A self-uniting marriage is one in which the couple are married without the presence of a third-party officiant. Although non-denominational, this method of getting married is sometimes referred to as a “Quaker Marriage”. https://en.wikipedia.org/wiki/Self-uniting_marriage
An example of a “loose state”:
Illinois law states that “if no individual acting alone solemnized the marriage, both parties to the marriage, shall complete the marriage certificate form and forward it to the county clerk within 10 days after such marriage is solemnized.” Nonetheless, such weddings must be “in accordance with the prescriptions of any religious denomination, Indian Nation or Tribe or Native Group.”
I don’t know why religion must be part of two people combining resources to establish a family unit. Or maybe I’m just a crazy avocado toast eating millennial.
So instead, it seems as if we will be setting up a few cameras to auto snap photos every few seconds, have a drone circle a cliffside, and head to the local courthouse to “make it official”.
Come back, rent an Airbnb to throw a reception party for the weekend. Success.
There’s no way around it, car camping is sleeping in your car. Quarters will be cramped, storage space is a minimum, and you can’t even shit Number 2 in a bucket if you need to like if you were in a van.

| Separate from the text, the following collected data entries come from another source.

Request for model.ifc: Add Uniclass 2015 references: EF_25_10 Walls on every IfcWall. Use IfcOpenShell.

First a look at what the model holds.

```python
import ifcopenshell

model = ifcopenshell.open("model.ifc")
print(model.schema)
print("classifications:", [c.Name for c in model.by_type("IfcClassification")])
for ifc_class in ("IfcDoor", "IfcRoof", "IfcStair", "IfcWall", "IfcWindow"):
    print(ifc_class, len(model.by_type(ifc_class)))
```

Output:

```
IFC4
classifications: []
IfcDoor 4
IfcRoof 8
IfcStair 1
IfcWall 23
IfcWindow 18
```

```python
import ifcopenshell
import ifcopenshell.api.classification

model = ifcopenshell.open("model.ifc")

system = ifcopenshell.api.classification.add_classification(model, classification="Uniclass 2015")

codes = {
    "IfcWall": ("EF_25_10", "Walls"),
}
for ifc_class, (code, name) in codes.items():
    products = model.by_type(ifc_class)
    ifcopenshell.api.classification.add_reference(
        model, products=products, classification=system, identification=code, name=name
    )
    print(code, len(products))

model.write("model_edited.ifc")
```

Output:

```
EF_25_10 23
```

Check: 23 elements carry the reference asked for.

Still, car camping is the lowest barrier of entry as most own or have access to a car or SUV. Most people won’t be moving in fulltime on the road and may just want a weekend adventure, or a backup plan without having to rent an expensive hotel or sketchy Airbnb while traveling.
For some, the idea of throwing on a blanket, reclining their driver seat as far back as it will go, and eating at the local fast food joint comes to mind. There is a better, and much more comfortable way of going about it with some planning. Meet #carcamping.
Your first priority is comfort, a sleeping system. Fold down your rear seats, measure out the available space. Will it be just you? Could a partner or friend be traveling with you on an adventure?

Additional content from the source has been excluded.